_Instructions for the task_
Copy, word for word, the lines of the entries below between the one with "#31=IFCLOCALPLACEMENT(#11,#30);" and the one with "#65=IFCINDEXEDPOLYGONALFACE((5,7,8,6));", inclusive, and leave out everything else.
----- Provided records
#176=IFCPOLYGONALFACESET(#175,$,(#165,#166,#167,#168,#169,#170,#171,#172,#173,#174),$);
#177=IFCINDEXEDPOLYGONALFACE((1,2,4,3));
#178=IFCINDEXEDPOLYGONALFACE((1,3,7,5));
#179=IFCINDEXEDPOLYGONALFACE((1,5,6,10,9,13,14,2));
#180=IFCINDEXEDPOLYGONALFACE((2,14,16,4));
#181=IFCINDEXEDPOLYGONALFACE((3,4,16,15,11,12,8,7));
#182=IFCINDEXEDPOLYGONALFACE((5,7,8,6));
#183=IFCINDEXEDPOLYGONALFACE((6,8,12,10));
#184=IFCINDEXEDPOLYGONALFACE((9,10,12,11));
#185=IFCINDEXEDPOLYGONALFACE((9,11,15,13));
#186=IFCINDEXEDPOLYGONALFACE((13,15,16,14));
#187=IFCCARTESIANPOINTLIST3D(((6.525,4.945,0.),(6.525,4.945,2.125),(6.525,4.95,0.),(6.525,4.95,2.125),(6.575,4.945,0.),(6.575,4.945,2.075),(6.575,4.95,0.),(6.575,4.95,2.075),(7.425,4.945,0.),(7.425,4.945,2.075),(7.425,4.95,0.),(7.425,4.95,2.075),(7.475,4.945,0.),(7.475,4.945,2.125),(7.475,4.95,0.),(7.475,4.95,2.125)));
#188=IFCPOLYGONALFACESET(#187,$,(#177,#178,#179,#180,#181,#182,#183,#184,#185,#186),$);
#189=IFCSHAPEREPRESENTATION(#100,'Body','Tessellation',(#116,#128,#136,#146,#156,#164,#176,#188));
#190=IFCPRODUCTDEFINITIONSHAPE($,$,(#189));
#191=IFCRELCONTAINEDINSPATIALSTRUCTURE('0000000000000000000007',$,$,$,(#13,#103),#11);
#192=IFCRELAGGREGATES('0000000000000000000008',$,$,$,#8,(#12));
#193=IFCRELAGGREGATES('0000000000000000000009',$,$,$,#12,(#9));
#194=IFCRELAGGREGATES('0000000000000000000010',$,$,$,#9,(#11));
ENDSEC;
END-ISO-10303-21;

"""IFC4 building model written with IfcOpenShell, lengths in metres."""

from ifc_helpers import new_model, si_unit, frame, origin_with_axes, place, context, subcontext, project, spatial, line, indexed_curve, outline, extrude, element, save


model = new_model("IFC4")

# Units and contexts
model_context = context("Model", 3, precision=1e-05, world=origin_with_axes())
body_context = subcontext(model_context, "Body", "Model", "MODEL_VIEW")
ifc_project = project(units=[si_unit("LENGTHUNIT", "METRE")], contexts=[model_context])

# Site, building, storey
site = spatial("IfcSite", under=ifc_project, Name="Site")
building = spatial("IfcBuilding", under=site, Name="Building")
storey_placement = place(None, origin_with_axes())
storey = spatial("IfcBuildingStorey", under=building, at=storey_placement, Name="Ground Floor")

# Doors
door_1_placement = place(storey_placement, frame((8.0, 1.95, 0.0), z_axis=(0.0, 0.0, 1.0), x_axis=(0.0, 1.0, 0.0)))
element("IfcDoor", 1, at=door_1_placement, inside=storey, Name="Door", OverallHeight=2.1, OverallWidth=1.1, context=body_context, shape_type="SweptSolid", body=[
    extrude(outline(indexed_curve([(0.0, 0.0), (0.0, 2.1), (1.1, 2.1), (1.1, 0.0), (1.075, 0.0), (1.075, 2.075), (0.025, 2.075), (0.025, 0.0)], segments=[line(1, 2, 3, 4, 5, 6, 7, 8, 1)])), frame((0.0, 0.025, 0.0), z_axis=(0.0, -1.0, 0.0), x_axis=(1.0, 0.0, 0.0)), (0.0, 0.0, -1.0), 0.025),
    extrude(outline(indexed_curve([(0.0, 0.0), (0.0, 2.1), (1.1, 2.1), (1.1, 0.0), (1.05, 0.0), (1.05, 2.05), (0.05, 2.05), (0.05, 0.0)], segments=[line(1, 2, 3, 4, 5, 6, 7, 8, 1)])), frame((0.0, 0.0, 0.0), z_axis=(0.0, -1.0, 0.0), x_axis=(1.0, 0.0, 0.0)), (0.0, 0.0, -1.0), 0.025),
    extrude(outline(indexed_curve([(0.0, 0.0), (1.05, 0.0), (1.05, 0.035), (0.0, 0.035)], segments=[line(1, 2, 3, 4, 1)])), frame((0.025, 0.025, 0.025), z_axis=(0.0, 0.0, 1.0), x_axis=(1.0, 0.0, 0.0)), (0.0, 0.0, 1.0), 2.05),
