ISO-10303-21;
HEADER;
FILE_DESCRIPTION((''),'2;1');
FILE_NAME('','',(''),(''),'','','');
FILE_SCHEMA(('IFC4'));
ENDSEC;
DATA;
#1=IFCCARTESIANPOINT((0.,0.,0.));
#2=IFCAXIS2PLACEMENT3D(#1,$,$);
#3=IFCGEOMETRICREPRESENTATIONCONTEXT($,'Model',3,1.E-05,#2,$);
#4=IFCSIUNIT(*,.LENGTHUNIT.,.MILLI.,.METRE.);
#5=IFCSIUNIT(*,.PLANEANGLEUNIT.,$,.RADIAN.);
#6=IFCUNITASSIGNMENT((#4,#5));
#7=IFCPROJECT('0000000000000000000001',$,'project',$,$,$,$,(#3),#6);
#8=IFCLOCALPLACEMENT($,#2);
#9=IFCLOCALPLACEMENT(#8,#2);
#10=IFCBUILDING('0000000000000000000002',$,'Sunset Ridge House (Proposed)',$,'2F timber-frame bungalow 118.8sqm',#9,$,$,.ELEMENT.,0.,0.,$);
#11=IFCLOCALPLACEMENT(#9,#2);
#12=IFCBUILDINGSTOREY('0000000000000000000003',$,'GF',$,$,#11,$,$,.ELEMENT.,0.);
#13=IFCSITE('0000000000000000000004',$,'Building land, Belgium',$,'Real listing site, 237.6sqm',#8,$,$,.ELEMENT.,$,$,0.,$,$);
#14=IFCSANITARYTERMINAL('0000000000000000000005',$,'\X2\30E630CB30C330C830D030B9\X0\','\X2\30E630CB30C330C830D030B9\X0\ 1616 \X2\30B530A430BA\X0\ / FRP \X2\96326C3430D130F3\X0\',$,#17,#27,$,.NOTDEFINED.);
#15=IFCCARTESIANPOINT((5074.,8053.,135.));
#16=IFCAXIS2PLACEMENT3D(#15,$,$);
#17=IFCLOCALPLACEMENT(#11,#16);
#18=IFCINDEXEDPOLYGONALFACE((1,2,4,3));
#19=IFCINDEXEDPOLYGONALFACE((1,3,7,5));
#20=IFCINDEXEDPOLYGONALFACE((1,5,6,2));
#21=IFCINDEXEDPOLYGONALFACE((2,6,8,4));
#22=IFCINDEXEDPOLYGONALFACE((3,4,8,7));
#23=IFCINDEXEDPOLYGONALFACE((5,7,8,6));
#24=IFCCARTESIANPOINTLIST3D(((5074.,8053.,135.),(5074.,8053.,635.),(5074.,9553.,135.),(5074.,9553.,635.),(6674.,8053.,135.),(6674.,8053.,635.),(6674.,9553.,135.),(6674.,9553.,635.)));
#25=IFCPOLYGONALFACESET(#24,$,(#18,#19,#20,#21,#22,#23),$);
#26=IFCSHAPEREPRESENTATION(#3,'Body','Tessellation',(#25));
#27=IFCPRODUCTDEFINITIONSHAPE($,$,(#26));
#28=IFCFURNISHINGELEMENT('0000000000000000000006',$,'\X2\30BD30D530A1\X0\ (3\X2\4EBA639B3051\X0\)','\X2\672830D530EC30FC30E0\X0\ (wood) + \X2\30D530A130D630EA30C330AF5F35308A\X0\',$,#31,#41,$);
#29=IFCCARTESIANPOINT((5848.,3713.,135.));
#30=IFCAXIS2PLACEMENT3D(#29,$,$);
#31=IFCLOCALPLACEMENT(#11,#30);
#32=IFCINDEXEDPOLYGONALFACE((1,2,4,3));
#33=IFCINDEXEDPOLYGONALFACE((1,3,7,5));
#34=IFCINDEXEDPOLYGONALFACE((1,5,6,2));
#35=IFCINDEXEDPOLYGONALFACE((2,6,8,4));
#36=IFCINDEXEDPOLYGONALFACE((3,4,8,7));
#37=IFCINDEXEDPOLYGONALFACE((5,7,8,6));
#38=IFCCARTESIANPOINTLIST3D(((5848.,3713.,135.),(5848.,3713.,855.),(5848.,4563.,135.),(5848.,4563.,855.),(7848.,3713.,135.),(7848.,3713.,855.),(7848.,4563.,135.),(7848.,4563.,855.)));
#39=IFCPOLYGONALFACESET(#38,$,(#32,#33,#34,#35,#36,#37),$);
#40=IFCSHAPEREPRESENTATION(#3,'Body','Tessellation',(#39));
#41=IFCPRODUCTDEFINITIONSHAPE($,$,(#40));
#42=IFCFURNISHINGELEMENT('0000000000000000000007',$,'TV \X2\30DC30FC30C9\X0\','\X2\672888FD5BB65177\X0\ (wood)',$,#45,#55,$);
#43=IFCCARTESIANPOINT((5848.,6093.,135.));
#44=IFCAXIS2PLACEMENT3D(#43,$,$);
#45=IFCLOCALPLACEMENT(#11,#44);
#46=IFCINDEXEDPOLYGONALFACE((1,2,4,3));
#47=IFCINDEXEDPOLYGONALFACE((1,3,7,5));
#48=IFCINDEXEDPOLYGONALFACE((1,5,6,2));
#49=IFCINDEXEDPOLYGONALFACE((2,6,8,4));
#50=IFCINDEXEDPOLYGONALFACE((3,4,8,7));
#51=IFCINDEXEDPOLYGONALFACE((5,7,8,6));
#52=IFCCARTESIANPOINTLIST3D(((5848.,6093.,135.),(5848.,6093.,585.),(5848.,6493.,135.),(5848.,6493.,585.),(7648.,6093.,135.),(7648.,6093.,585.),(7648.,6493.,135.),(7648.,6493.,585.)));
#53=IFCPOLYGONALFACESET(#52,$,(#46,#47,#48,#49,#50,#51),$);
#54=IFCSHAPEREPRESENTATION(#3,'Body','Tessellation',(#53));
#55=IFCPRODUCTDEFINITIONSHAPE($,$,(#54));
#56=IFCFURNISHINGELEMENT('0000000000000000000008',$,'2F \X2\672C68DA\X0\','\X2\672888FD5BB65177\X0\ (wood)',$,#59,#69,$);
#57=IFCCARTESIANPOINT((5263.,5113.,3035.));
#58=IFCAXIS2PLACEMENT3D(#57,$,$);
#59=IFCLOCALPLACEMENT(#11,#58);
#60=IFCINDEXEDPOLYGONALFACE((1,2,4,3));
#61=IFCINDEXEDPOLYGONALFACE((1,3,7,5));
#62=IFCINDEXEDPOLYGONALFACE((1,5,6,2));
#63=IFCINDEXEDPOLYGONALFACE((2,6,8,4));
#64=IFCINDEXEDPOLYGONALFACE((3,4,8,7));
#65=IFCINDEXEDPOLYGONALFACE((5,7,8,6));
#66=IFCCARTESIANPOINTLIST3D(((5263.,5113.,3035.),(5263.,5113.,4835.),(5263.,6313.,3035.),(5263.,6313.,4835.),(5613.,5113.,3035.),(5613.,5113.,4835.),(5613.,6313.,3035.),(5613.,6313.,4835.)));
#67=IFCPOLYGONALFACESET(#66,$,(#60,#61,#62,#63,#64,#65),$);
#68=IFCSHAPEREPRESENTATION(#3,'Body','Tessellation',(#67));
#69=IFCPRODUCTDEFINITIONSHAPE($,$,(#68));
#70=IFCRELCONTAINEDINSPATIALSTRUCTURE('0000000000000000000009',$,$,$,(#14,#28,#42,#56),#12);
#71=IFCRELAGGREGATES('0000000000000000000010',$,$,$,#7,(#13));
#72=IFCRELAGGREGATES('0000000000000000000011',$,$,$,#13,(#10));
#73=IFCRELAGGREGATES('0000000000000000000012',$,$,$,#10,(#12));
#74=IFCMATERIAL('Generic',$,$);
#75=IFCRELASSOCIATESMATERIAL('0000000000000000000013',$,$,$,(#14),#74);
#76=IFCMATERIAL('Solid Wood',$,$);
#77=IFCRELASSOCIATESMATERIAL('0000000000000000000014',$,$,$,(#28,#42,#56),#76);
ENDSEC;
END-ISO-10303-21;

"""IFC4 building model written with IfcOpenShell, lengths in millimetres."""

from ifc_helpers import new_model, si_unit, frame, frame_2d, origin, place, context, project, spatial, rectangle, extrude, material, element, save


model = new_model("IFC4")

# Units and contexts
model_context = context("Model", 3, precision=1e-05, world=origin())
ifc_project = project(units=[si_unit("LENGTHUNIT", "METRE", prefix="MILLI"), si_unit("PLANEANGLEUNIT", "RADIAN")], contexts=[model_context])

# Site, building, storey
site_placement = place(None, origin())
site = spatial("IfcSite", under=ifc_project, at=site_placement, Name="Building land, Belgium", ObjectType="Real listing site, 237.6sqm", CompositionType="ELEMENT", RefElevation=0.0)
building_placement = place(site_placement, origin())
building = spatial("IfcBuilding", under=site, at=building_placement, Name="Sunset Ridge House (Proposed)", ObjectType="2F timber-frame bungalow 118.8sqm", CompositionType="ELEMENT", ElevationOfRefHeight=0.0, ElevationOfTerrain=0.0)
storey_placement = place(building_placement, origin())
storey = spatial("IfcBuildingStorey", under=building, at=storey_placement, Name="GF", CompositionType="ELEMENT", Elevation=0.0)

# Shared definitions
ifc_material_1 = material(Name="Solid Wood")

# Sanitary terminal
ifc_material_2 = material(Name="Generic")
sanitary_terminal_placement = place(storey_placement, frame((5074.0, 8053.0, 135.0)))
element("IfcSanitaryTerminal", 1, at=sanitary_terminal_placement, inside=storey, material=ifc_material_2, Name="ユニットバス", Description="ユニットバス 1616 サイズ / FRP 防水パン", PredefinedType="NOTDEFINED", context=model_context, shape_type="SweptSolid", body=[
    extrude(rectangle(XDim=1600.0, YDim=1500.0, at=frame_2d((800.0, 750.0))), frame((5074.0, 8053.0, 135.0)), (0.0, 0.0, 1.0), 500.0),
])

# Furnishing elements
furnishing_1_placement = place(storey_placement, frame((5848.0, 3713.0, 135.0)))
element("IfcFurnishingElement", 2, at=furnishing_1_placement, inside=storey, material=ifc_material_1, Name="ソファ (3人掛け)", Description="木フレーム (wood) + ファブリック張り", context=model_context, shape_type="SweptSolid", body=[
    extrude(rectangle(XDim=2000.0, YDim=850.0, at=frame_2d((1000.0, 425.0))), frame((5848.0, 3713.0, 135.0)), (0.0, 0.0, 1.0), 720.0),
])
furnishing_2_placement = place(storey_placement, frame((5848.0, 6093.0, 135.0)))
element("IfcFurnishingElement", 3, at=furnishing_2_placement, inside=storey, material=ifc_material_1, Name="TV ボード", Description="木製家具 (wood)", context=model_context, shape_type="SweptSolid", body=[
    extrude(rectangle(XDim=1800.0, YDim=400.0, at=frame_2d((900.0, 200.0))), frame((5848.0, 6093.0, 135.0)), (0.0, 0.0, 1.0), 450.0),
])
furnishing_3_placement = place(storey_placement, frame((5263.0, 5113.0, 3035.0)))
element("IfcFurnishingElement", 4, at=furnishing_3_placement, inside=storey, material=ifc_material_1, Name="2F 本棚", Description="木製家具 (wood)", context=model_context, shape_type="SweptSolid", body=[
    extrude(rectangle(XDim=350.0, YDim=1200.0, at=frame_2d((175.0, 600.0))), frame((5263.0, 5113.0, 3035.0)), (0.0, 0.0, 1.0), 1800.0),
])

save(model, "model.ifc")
----------
_Answer box_
#31=IFCLOCALPLACEMENT(#11,#30);
#32=IFCINDEXEDPOLYGONALFACE((1,2,4,3));
#33=IFCINDEXEDPOLYGONALFACE((1,3,7,5));
#34=IFCINDEXEDPOLYGONALFACE((1,5,6,2));
#35=IFCINDEXEDPOLYGONALFACE((2,6,8,4));
#36=IFCINDEXEDPOLYGONALFACE((3,4,8,7));
#37=IFCINDEXEDPOLYGONALFACE((5,7,8,6));
#38=IFCCARTESIANPOINTLIST3D(((5848.,3713.,135.),(5848.,3713.,855.),(5848.,4563.,135.),(5848.,4563.,855.),(7848.,3713.,135.),(7848.,3713.,855.),(7848.,4563.,135.),(7848.,4563.,855.)));
#39=IFCPOLYGONALFACESET(#38,$,(#32,#33,#34,#35,#36,#37),$);
#40=IFCSHAPEREPRESENTATION(#3,'Body','Tessellation',(#39));
#41=IFCPRODUCTDEFINITIONSHAPE($,$,(#40));
#42=IFCFURNISHINGELEMENT('0000000000000000000007',$,'TV \X2\30DC30FC30C9\X0\','\X2\672888FD5BB65177\X0\ (wood)',$,#45,#55,$);
#43=IFCCARTESIANPOINT((5848.,6093.,135.));
#44=IFCAXIS2PLACEMENT3D(#43,$,$);
#45=IFCLOCALPLACEMENT(#11,#44);
#46=IFCINDEXEDPOLYGONALFACE((1,2,4,3));
#47=IFCINDEXEDPOLYGONALFACE((1,3,7,5));
#48=IFCINDEXEDPOLYGONALFACE((1,5,6,2));
#49=IFCINDEXEDPOLYGONALFACE((2,6,8,4));
#50=IFCINDEXEDPOLYGONALFACE((3,4,8,7));
#51=IFCINDEXEDPOLYGONALFACE((5,7,8,6));
#52=IFCCARTESIANPOINTLIST3D(((5848.,6093.,135.),(5848.,6093.,585.),(5848.,6493.,135.),(5848.,6493.,585.),(7648.,6093.,135.),(7648.,6093.,585.),(7648.,6493.,135.),(7648.,6493.,585.)));
#53=IFCPOLYGONALFACESET(#52,$,(#46,#47,#48,#49,#50,#51),$);
#54=IFCSHAPEREPRESENTATION(#3,'Body','Tessellation',(#53));
#55=IFCPRODUCTDEFINITIONSHAPE($,$,(#54));
#56=IFCFURNISHINGELEMENT('0000000000000000000008',$,'2F \X2\672C68DA\X0\','\X2\672888FD5BB65177\X0\ (wood)',$,#59,#69,$);
#57=IFCCARTESIANPOINT((5263.,5113.,3035.));
#58=IFCAXIS2PLACEMENT3D(#57,$,$);
#59=IFCLOCALPLACEMENT(#11,#58);
#60=IFCINDEXEDPOLYGONALFACE((1,2,4,3));
#61=IFCINDEXEDPOLYGONALFACE((1,3,7,5));
#62=IFCINDEXEDPOLYGONALFACE((1,5,6,2));
#63=IFCINDEXEDPOLYGONALFACE((2,6,8,4));
#64=IFCINDEXEDPOLYGONALFACE((3,4,8,7));
#65=IFCINDEXEDPOLYGONALFACE((5,7,8,6));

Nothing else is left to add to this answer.